YOUR GOAL: In the listing below, write out exactly each line from the first through the one containing "#29=IFCINDEXEDPOLYGONALFACE((1,3,7,5));".

[GIVEN ENTRIES]

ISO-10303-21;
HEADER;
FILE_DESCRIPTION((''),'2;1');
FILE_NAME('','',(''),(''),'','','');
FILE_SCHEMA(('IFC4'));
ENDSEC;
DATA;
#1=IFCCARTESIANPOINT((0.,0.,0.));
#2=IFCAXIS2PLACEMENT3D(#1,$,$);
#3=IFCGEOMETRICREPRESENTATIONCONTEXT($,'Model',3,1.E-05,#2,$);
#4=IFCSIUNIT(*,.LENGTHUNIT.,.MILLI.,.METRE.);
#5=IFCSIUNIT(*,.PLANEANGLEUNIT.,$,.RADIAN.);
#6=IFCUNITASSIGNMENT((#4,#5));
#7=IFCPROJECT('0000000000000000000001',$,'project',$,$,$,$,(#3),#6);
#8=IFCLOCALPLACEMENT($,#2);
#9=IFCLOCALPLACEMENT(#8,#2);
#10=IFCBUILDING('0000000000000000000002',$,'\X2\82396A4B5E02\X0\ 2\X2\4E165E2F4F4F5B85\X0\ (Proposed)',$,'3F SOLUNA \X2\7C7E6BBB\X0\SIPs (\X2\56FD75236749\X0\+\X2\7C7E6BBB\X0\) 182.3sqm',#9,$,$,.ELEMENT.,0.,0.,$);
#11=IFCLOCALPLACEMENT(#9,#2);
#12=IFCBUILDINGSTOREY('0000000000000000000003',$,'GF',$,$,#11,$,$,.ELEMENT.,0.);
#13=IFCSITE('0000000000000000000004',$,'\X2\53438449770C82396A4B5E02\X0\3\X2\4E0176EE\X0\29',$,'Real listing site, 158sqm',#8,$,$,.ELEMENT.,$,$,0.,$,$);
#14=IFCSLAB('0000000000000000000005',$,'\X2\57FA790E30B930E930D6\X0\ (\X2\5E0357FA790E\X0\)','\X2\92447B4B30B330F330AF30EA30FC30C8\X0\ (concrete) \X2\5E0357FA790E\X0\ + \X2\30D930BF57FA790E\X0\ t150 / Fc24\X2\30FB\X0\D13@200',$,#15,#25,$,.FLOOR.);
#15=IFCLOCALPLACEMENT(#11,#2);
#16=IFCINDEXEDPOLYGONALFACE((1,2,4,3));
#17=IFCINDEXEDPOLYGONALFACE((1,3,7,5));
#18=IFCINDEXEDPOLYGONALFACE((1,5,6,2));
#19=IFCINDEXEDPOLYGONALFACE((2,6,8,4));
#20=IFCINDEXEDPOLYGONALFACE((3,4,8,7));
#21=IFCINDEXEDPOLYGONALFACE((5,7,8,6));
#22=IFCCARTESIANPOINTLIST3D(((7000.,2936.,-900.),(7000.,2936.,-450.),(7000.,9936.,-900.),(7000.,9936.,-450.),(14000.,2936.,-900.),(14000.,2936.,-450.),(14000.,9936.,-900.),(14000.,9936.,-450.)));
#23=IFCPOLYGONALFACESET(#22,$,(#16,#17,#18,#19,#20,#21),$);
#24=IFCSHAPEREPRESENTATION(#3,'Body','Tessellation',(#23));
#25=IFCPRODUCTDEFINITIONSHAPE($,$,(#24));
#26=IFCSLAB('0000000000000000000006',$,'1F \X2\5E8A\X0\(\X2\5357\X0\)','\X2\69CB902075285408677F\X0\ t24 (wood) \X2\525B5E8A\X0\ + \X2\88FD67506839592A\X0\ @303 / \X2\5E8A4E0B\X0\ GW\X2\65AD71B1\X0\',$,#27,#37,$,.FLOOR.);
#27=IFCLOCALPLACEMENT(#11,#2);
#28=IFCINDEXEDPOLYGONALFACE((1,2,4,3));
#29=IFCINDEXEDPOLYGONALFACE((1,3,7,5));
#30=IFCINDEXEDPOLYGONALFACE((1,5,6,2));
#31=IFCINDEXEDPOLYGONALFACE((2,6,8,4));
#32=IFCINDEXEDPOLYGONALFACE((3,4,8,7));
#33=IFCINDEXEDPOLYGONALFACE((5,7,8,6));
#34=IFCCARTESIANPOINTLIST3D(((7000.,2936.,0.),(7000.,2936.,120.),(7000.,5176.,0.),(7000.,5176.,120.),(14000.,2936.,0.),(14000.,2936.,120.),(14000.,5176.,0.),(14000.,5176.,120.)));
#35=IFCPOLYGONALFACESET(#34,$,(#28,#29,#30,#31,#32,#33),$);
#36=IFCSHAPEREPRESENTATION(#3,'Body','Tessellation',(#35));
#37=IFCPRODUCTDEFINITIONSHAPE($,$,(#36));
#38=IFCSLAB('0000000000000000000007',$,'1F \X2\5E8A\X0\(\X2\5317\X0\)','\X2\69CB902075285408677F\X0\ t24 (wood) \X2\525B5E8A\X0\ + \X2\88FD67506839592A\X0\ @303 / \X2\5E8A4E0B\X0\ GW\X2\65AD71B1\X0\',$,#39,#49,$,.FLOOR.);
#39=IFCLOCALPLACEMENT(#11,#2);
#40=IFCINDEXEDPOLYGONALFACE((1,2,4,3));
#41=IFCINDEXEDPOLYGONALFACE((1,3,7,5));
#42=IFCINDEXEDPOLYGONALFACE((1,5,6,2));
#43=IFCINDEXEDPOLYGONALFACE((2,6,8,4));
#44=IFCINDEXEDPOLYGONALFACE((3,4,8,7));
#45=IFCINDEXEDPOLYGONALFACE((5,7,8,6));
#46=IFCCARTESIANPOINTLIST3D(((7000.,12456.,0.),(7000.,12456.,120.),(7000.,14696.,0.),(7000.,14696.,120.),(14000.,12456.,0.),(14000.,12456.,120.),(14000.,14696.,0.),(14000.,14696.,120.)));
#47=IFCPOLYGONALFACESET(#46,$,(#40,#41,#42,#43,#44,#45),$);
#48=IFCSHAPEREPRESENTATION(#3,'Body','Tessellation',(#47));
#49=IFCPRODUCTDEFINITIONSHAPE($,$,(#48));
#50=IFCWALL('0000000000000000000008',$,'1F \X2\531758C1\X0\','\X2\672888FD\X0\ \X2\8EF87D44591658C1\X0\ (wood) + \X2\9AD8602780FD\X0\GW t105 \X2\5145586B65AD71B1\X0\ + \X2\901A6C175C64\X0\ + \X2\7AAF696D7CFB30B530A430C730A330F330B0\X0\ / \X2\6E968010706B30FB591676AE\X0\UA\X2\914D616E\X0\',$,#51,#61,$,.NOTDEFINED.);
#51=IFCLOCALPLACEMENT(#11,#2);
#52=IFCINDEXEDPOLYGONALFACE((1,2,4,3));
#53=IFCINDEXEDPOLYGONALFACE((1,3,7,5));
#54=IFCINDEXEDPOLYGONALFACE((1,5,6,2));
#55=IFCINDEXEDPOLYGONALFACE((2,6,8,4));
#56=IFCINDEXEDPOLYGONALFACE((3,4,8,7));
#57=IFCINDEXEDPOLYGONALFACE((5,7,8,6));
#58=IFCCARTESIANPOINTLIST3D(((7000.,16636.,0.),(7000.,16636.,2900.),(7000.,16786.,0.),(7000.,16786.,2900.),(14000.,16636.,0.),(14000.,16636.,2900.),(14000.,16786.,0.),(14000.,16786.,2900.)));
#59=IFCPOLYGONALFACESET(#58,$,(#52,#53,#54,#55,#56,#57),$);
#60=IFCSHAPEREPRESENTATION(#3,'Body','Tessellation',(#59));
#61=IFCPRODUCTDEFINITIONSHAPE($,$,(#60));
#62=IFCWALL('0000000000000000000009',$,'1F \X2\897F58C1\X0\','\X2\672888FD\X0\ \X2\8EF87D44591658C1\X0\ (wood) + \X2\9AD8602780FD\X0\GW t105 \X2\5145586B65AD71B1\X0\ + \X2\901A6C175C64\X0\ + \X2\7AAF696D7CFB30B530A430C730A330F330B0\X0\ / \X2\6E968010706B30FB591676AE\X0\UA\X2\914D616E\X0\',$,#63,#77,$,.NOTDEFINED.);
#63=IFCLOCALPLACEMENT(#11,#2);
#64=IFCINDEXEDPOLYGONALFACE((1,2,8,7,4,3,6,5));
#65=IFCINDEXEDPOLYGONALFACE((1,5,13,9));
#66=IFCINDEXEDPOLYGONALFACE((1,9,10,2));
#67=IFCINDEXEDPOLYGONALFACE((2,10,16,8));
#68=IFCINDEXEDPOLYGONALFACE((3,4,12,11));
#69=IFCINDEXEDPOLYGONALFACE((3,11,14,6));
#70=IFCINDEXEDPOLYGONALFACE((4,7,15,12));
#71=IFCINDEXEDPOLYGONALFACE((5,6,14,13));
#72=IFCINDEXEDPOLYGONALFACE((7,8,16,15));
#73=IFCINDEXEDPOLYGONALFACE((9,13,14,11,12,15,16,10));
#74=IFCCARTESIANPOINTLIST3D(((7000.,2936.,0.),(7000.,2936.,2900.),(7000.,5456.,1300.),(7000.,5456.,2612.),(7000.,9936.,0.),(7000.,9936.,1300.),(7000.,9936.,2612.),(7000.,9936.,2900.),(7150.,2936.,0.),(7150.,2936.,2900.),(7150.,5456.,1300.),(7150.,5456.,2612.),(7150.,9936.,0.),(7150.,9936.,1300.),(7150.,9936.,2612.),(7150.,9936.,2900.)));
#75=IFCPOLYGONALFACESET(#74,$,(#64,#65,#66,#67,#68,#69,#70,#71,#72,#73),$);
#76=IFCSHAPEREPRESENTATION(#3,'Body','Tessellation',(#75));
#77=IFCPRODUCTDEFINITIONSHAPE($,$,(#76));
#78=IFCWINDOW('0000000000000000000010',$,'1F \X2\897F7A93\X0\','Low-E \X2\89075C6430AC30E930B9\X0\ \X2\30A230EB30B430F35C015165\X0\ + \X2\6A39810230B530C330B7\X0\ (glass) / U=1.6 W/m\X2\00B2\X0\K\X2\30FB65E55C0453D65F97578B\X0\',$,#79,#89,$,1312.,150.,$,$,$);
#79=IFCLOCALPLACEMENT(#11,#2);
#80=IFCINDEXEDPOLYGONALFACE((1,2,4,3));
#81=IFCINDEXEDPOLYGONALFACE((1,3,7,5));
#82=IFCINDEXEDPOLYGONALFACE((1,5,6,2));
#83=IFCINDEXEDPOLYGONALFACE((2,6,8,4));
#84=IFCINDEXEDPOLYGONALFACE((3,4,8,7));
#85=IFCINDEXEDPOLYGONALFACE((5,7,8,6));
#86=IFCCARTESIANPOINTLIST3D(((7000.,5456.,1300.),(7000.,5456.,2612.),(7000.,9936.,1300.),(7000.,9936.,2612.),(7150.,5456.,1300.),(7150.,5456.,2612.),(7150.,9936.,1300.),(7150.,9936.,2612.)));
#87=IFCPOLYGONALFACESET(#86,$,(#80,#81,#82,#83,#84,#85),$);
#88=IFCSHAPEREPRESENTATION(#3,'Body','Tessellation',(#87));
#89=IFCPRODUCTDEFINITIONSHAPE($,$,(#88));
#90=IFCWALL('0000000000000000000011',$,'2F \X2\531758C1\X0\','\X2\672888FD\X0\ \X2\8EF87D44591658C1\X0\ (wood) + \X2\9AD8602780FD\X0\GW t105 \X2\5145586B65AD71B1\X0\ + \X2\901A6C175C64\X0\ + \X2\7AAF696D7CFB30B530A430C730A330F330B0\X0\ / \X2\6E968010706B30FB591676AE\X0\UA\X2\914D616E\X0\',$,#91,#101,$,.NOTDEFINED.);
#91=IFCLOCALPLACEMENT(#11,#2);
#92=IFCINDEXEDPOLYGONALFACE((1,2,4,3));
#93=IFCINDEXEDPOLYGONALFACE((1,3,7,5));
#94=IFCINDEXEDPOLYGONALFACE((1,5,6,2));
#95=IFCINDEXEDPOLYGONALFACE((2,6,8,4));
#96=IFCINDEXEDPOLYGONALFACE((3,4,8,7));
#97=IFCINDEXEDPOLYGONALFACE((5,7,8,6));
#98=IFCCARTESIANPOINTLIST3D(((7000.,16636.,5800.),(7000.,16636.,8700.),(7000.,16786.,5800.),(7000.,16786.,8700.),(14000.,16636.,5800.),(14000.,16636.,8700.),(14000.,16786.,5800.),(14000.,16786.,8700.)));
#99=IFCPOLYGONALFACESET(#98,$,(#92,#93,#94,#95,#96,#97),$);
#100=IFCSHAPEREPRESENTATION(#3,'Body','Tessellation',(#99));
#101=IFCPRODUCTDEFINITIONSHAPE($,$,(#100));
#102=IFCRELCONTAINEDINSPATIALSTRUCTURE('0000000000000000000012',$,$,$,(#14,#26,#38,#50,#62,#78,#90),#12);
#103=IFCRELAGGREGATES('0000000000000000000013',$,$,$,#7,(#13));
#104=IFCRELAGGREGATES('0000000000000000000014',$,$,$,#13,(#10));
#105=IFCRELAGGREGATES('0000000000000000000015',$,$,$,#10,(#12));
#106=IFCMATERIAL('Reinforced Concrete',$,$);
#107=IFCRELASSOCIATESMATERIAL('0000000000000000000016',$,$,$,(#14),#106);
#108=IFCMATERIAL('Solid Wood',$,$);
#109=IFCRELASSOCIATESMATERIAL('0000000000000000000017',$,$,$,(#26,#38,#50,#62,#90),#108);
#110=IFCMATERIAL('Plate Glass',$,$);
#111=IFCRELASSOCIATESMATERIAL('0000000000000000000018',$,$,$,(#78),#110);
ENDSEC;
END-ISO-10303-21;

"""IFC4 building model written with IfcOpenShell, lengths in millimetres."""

from ifc_helpers import new_model, si_unit, frame, frame_2d, origin, place, context, project, spatial, rectangle, extrude, material, element, fill, save


model = new_model("IFC4")

# Units and contexts
model_context = context("Model", 3, precision=1e-05, world=origin())
ifc_project = project(units=[si_unit("LENGTHUNIT", "METRE", prefix="MILLI"), si_unit("PLANEANGLEUNIT", "RADIAN")], contexts=[model_context])

# Site, building, storey
site_placement = place(None, origin())
site = spatial("IfcSite", under=ifc_project, at=site_placement, Name="千葉県船橋市3丁目29", ObjectType="Real listing site, 158sqm", CompositionType="ELEMENT", RefElevation=0.0)
building_placement = place(site_placement, origin())
building = spatial("IfcBuilding", under=site, at=building_placement, Name="船橋市 2世帯住宅 (Proposed)", ObjectType="3F SOLUNA 籾殻SIPs (国産杉+籾殻) 182.3sqm", CompositionType="ELEMENT", ElevationOfRefHeight=0.0, ElevationOfTerrain=0.0)
storey_placement = place(building_placement, origin())
storey = spatial("IfcBuildingStorey", under=building, at=storey_placement, Name="GF", CompositionType="ELEMENT", Elevation=0.0)

# Slabs
ifc_material_1 = material(Name="Reinforced Concrete")
slab_1_placement = place(storey_placement, frame((3500.0, 1468.0, -450.0)))
element("IfcSlab", 1, at=slab_1_placement, inside=storey, material=ifc_material_1, Name="基礎スラブ (布基礎)", Description="鉄筋コンクリート (concrete) 布基礎 + ベタ基礎 t150 / Fc24・D13@200", PredefinedType="FLOOR", context=model_context, shape_type="SweptSolid", body=[
    extrude(rectangle(XDim=7000.0, YDim=7000.0, at=frame_2d((3500.0, 3500.0))), frame((3500.0, 1468.0, -450.0)), (0.0, 0.0, 1.0), 450.0),
])
ifc_material_2 = material(Name="Solid Wood")
slab_2_placement = place(storey_placement, frame((3500.0, 1468.0, 0.0)))
element("IfcSlab", 2, at=slab_2_placement, inside=storey, material=ifc_material_2, Name="1F 床(南)", Description="構造用合板 t24 (wood) 剛床 + 製材根太 @303 / 床下 GW断熱", PredefinedType="FLOOR", context=model_context, shape_type="SweptSolid", body=[
    extrude(rectangle(XDim=7000.0, YDim=2240.0, at=frame_2d((3500.0, 1120.0))), frame((3500.0, 1468.0, 0.0)), (0.0, 0.0, 1.0), 120.0),
])
slab_3_placement = place(storey_placement, frame((3500.0, 6228.0, 0.0)))
element("IfcSlab", 3, at=slab_3_placement, inside=storey, material=ifc_material_2, Name="1F 床(北)", Description="構造用合板 t24 (wood) 剛床 + 製材根太 @303 / 床下 GW断熱", PredefinedType="FLOOR", context=model_context, shape_type="SweptSolid", body=[
    extrude(rectangle(XDim=7000.0, YDim=2240.0, at=frame_2d((3500.0, 1120.0))), frame((3500.0, 6228.0, 0.0)), (0.0, 0.0, 1.0), 120.0),
])

# Shared definitions
ifc_material_3 = material(Name="Plate Glass")

# Wall
wall_1_placement = place(storey_placement, frame((3500.0, 8318.0, 0.0)))
element("IfcWall", 4, at=wall_1_placement, inside=storey, material=ifc_material_2, Name="1F 北壁", Description="木製 軸組外壁 (wood) + 高性能GW t105 充填断熱 + 通気層 + 窯業系サイディング / 準耐火・外皮UA配慮", PredefinedType="NOTDEFINED", context=model_context, shape_type="SweptSolid", body=[
    extrude(rectangle(XDim=7000.0, YDim=150.0, at=frame_2d((3500.0, 75.0))), frame((3500.0, 8318.0, 0.0)), (0.0, 0.0, 1.0), 2900.0),
])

[/GIVEN ENTRIES]

RESPONSE FOR THIS EXERCISE:
ISO-10303-21;
HEADER;
FILE_DESCRIPTION((''),'2;1');
FILE_NAME('','',(''),(''),'','','');
FILE_SCHEMA(('IFC4'));
ENDSEC;
DATA;
#1=IFCCARTESIANPOINT((0.,0.,0.));
#2=IFCAXIS2PLACEMENT3D(#1,$,$);
#3=IFCGEOMETRICREPRESENTATIONCONTEXT($,'Model',3,1.E-05,#2,$);
#4=IFCSIUNIT(*,.LENGTHUNIT.,.MILLI.,.METRE.);
#5=IFCSIUNIT(*,.PLANEANGLEUNIT.,$,.RADIAN.);
#6=IFCUNITASSIGNMENT((#4,#5));
#7=IFCPROJECT('0000000000000000000001',$,'project',$,$,$,$,(#3),#6);
#8=IFCLOCALPLACEMENT($,#2);
#9=IFCLOCALPLACEMENT(#8,#2);
#10=IFCBUILDING('0000000000000000000002',$,'\X2\82396A4B5E02\X0\ 2\X2\4E165E2F4F4F5B85\X0\ (Proposed)',$,'3F SOLUNA \X2\7C7E6BBB\X0\SIPs (\X2\56FD75236749\X0\+\X2\7C7E6BBB\X0\) 182.3sqm',#9,$,$,.ELEMENT.,0.,0.,$);
#11=IFCLOCALPLACEMENT(#9,#2);
#12=IFCBUILDINGSTOREY('0000000000000000000003',$,'GF',$,$,#11,$,$,.ELEMENT.,0.);
#13=IFCSITE('0000000000000000000004',$,'\X2\53438449770C82396A4B5E02\X0\3\X2\4E0176EE\X0\29',$,'Real listing site, 158sqm',#8,$,$,.ELEMENT.,$,$,0.,$,$);
#14=IFCSLAB('0000000000000000000005',$,'\X2\57FA790E30B930E930D6\X0\ (\X2\5E0357FA790E\X0\)','\X2\92447B4B30B330F330AF30EA30FC30C8\X0\ (concrete) \X2\5E0357FA790E\X0\ + \X2\30D930BF57FA790E\X0\ t150 / Fc24\X2\30FB\X0\D13@200',$,#15,#25,$,.FLOOR.);
#15=IFCLOCALPLACEMENT(#11,#2);
#16=IFCINDEXEDPOLYGONALFACE((1,2,4,3));
#17=IFCINDEXEDPOLYGONALFACE((1,3,7,5));
#18=IFCINDEXEDPOLYGONALFACE((1,5,6,2));
#19=IFCINDEXEDPOLYGONALFACE((2,6,8,4));
#20=IFCINDEXEDPOLYGONALFACE((3,4,8,7));
#21=IFCINDEXEDPOLYGONALFACE((5,7,8,6));
#22=IFCCARTESIANPOINTLIST3D(((7000.,2936.,-900.),(7000.,2936.,-450.),(7000.,9936.,-900.),(7000.,9936.,-450.),(14000.,2936.,-900.),(14000.,2936.,-450.),(14000.,9936.,-900.),(14000.,9936.,-450.)));
#23=IFCPOLYGONALFACESET(#22,$,(#16,#17,#18,#19,#20,#21),$);
#24=IFCSHAPEREPRESENTATION(#3,'Body','Tessellation',(#23));
#25=IFCPRODUCTDEFINITIONSHAPE($,$,(#24));
#26=IFCSLAB('0000000000000000000006',$,'1F \X2\5E8A\X0\(\X2\5357\X0\)','\X2\69CB902075285408677F\X0\ t24 (wood) \X2\525B5E8A\X0\ + \X2\88FD67506839592A\X0\ @303 / \X2\5E8A4E0B\X0\ GW\X2\65AD71B1\X0\',$,#27,#37,$,.FLOOR.);
#27=IFCLOCALPLACEMENT(#11,#2);
#28=IFCINDEXEDPOLYGONALFACE((1,2,4,3));
#29=IFCINDEXEDPOLYGONALFACE((1,3,7,5));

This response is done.